## [What you have to do]
The lines to repeat are those below from the one containing "#171=IFCPRODUCTDEFINITIONSHAPE($,$,(#170));" down to the one containing "#178=IFCINDEXEDPOLYGONALFACE((1,5,6,2));", both included; reproduce them exactly and nothing else.

Stored items:
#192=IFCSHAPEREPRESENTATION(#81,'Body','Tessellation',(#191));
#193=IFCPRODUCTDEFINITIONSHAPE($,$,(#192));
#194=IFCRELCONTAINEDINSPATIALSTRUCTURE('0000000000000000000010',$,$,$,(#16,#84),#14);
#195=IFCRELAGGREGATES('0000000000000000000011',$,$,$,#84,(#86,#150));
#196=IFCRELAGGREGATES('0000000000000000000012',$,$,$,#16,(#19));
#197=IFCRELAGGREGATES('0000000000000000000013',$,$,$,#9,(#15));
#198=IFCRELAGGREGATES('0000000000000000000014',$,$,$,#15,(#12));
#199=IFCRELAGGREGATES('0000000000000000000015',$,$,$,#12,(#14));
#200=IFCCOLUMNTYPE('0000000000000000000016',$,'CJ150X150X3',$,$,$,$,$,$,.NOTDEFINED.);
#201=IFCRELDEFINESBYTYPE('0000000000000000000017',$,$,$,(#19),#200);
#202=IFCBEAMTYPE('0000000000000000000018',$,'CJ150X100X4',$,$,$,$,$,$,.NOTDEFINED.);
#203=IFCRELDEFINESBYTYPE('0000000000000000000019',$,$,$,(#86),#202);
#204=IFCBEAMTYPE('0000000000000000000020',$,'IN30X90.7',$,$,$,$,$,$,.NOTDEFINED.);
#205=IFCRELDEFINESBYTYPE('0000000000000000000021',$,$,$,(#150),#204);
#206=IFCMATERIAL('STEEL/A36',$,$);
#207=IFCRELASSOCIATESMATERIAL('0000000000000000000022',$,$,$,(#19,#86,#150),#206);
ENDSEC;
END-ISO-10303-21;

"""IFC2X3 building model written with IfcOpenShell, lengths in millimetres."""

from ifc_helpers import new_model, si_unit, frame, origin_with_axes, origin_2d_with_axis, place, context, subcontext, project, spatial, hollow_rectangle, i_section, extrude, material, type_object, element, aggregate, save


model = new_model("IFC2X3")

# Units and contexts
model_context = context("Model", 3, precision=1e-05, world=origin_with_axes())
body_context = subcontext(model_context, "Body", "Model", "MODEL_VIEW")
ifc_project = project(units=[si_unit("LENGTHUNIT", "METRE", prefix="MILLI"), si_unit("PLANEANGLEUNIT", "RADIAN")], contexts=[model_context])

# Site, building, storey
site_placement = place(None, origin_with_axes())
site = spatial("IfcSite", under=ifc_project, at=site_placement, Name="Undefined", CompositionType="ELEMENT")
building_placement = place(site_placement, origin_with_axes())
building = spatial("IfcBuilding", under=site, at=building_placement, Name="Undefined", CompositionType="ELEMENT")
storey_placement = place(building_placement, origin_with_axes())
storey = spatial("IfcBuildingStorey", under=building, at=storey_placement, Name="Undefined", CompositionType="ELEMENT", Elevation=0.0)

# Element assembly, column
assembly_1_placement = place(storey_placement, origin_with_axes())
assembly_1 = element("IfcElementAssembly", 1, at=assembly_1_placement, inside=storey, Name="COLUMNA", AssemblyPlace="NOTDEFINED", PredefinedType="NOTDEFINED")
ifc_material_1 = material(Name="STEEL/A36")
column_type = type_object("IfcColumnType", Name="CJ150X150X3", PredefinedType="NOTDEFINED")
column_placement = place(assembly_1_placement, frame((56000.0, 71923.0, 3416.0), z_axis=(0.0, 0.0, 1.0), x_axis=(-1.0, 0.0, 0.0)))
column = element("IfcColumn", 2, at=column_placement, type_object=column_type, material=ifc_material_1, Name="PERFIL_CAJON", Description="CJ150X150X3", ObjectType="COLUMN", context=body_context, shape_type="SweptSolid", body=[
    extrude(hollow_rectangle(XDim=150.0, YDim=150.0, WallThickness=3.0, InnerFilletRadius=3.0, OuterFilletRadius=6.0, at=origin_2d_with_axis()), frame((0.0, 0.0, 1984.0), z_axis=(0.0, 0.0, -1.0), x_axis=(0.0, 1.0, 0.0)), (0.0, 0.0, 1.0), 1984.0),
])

...

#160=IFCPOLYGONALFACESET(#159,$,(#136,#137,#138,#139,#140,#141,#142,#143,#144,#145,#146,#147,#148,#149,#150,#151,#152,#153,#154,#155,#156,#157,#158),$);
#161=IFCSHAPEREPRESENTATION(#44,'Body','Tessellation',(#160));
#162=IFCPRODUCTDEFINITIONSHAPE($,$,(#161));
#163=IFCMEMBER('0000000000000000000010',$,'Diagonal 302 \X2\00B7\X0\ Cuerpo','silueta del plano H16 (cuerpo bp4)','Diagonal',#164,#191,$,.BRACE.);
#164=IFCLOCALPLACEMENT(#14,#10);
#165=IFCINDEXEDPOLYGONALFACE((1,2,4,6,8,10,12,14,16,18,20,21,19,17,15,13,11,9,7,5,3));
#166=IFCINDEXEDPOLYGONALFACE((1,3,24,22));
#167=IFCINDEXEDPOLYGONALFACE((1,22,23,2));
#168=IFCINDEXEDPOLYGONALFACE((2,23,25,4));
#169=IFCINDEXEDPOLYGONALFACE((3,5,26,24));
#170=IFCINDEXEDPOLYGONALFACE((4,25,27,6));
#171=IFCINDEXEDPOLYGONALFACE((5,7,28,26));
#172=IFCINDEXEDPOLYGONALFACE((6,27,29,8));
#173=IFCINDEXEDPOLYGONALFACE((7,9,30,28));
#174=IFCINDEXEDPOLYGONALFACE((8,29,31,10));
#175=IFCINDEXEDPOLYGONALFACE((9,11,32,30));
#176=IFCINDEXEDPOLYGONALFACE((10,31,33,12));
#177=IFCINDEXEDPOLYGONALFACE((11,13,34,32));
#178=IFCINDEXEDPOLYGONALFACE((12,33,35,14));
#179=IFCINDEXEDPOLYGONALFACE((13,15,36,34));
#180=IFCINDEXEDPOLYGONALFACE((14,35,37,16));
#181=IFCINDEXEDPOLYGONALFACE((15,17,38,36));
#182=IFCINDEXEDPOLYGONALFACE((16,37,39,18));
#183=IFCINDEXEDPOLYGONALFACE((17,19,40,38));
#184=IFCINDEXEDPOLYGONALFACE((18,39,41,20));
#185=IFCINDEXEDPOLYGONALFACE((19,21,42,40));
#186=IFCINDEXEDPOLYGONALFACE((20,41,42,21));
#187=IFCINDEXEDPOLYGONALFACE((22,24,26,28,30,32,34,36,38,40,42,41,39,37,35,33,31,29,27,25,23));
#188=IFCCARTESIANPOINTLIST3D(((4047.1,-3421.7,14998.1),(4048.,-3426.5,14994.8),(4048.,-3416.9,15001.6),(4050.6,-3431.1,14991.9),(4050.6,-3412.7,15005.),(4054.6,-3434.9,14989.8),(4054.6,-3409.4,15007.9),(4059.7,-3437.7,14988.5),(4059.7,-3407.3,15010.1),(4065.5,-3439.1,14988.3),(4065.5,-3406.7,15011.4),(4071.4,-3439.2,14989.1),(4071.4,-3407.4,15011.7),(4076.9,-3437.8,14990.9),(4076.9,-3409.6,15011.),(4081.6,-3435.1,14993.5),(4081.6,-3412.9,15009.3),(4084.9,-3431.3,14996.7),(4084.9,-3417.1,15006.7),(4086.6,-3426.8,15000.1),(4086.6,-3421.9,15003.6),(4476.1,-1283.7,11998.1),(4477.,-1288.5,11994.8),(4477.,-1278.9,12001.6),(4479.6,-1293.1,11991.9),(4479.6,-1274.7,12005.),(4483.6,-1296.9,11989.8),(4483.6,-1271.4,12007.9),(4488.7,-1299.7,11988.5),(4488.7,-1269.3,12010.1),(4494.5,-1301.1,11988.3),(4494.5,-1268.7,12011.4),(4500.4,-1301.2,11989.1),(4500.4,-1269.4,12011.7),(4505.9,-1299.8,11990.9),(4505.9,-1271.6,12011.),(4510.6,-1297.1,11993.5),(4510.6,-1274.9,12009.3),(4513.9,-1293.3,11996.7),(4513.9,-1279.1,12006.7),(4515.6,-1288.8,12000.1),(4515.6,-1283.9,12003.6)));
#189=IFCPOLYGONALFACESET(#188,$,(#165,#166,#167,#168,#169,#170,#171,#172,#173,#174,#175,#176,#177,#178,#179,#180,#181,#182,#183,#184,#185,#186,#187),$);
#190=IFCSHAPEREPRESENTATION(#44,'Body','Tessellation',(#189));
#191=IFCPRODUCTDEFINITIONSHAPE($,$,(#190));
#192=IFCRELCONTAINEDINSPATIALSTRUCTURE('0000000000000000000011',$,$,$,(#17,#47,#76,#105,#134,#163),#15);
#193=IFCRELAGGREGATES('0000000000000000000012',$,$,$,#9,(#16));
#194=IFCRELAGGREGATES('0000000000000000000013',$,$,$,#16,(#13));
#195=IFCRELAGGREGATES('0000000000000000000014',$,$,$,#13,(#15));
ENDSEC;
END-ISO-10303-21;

* * *

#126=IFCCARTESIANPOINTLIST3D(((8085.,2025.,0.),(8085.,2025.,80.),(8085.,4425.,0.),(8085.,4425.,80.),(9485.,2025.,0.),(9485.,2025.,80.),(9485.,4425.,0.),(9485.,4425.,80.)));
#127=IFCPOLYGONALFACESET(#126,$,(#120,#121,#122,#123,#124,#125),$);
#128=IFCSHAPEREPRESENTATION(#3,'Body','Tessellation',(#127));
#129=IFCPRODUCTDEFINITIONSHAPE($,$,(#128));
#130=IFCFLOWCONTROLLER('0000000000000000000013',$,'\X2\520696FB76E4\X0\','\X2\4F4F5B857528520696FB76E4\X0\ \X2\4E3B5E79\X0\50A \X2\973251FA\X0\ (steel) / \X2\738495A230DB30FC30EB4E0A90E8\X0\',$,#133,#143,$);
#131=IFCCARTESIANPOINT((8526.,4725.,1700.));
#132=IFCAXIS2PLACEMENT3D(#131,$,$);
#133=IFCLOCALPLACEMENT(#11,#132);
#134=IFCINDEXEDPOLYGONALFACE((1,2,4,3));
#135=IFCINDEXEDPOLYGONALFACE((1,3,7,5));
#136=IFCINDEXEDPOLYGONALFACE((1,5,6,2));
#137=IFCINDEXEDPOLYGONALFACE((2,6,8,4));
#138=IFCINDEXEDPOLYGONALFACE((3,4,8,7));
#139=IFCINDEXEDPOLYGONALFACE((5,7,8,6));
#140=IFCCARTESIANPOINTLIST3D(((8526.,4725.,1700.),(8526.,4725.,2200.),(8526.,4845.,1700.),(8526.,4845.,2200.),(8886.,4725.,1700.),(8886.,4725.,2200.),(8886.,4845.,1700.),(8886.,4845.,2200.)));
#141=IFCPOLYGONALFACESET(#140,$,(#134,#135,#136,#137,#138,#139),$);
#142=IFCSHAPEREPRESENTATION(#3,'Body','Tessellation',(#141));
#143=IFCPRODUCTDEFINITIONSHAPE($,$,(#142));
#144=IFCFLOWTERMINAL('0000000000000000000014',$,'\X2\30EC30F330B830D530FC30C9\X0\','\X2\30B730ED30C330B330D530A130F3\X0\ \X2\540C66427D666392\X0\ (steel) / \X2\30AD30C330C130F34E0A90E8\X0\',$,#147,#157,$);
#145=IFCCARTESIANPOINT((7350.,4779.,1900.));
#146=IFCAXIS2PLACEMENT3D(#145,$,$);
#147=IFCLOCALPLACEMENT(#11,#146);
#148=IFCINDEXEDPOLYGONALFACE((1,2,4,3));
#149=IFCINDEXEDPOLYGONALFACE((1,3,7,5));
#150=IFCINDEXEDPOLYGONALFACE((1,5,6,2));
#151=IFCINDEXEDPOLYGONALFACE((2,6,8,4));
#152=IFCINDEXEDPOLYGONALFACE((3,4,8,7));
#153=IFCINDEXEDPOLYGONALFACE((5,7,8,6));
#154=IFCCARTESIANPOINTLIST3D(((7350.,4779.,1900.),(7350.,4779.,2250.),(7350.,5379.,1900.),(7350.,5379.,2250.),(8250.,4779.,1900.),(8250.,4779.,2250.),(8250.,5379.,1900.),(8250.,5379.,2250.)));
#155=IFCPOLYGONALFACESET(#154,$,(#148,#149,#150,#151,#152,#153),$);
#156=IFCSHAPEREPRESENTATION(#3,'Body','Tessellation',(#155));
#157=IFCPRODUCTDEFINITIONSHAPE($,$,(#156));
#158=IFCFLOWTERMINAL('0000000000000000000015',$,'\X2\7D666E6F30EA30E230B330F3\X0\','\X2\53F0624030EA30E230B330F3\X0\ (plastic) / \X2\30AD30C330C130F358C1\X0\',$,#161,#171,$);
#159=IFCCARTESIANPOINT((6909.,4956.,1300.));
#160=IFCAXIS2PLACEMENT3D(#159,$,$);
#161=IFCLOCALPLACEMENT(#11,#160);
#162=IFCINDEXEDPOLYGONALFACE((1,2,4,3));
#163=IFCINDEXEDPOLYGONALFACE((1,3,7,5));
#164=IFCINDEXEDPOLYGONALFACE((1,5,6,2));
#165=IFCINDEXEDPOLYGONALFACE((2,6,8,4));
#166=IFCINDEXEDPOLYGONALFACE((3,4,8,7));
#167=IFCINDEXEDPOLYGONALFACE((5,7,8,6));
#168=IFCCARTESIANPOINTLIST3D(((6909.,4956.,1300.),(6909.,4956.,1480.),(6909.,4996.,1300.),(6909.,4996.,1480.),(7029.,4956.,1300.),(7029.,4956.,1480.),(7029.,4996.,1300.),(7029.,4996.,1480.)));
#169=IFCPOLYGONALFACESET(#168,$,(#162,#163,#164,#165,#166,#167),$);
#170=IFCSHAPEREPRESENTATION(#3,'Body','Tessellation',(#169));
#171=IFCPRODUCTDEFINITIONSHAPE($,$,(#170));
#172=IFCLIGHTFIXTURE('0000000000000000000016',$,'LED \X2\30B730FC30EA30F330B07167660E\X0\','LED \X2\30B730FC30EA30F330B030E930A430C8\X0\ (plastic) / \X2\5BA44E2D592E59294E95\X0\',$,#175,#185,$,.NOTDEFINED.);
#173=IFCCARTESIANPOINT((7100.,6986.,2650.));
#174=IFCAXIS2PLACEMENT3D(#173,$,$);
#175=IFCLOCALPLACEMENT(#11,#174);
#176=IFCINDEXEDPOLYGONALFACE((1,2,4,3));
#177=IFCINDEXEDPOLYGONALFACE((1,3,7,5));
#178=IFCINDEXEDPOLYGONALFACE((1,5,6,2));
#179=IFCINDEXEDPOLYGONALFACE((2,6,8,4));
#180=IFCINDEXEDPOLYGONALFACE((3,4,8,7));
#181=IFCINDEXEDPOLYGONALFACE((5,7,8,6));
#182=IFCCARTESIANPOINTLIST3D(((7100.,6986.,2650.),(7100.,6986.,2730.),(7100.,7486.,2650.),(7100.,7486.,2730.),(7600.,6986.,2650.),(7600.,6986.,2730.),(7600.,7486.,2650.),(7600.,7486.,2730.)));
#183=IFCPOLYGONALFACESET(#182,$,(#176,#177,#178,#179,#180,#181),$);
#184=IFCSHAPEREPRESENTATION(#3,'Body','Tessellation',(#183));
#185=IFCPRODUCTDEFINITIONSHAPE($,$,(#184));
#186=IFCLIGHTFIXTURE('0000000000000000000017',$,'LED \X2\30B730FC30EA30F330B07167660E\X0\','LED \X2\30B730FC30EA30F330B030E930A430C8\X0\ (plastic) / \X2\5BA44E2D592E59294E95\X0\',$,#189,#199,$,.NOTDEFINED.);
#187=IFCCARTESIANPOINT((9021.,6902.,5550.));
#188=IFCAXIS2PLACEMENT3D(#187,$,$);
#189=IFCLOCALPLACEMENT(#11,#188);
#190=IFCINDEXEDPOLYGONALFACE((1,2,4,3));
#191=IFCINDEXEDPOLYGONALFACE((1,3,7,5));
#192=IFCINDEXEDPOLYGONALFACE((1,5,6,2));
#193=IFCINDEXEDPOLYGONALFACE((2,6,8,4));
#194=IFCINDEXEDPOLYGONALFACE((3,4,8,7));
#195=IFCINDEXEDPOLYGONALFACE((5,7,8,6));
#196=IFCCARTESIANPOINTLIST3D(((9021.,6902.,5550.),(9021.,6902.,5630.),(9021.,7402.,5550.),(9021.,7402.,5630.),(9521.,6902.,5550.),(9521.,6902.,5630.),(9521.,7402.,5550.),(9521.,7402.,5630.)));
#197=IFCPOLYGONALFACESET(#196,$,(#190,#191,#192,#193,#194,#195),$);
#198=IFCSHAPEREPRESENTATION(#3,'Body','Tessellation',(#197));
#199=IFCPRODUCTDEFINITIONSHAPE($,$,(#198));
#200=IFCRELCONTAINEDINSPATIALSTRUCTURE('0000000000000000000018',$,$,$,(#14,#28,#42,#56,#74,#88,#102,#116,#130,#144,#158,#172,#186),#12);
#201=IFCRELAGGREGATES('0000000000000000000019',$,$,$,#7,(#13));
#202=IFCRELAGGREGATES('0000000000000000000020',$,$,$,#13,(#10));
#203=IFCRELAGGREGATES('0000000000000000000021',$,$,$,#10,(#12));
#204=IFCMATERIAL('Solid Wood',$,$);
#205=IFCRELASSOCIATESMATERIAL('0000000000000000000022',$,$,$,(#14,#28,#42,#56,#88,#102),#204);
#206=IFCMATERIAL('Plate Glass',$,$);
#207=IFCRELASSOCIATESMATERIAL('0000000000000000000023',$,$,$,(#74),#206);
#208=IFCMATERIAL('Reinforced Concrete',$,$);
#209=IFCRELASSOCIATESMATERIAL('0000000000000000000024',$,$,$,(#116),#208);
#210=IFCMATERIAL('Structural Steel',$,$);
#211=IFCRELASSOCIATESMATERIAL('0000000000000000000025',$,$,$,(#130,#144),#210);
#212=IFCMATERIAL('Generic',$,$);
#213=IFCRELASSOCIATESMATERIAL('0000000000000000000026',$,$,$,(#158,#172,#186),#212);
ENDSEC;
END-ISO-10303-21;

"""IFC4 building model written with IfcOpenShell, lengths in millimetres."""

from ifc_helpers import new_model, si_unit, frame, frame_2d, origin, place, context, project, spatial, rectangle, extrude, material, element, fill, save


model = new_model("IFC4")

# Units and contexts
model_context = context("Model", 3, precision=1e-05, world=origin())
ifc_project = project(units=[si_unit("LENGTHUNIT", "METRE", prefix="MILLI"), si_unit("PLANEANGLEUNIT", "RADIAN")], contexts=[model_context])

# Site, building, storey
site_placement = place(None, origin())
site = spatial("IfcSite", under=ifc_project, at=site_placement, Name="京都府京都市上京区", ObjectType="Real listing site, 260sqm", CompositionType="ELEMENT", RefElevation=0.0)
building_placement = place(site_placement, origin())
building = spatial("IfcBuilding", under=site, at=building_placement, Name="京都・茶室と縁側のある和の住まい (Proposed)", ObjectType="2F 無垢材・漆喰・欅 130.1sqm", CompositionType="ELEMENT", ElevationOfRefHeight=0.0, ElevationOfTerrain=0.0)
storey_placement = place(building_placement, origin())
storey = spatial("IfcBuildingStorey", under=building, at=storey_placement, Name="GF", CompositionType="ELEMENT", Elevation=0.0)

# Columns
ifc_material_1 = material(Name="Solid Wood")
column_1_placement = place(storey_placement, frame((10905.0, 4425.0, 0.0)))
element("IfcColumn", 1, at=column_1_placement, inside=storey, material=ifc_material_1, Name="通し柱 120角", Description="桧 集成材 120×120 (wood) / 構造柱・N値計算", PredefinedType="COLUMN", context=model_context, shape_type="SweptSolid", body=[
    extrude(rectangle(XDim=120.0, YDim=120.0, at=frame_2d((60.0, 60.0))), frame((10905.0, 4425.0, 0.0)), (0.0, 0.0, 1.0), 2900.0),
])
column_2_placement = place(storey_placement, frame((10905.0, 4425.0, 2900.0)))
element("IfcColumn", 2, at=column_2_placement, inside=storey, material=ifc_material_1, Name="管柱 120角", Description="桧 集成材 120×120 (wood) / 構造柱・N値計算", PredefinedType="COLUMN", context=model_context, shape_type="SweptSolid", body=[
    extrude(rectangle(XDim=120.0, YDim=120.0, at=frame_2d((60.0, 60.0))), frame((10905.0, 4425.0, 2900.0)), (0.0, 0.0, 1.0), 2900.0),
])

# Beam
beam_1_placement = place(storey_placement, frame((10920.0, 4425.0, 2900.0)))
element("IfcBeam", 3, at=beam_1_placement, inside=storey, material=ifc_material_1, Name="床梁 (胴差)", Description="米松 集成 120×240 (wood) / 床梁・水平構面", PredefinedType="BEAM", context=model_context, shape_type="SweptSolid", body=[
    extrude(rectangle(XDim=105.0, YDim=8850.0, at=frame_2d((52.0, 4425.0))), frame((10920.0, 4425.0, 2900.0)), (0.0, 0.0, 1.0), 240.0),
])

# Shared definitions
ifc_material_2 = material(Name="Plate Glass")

## [Task result]
#171=IFCPRODUCTDEFINITIONSHAPE($,$,(#170));
#172=IFCLIGHTFIXTURE('0000000000000000000016',$,'LED \X2\30B730FC30EA30F330B07167660E\X0\','LED \X2\30B730FC30EA30F330B030E930A430C8\X0\ (plastic) / \X2\5BA44E2D592E59294E95\X0\',$,#175,#185,$,.NOTDEFINED.);
#173=IFCCARTESIANPOINT((7100.,6986.,2650.));
#174=IFCAXIS2PLACEMENT3D(#173,$,$);
#175=IFCLOCALPLACEMENT(#11,#174);
#176=IFCINDEXEDPOLYGONALFACE((1,2,4,3));
#177=IFCINDEXEDPOLYGONALFACE((1,3,7,5));
#178=IFCINDEXEDPOLYGONALFACE((1,5,6,2));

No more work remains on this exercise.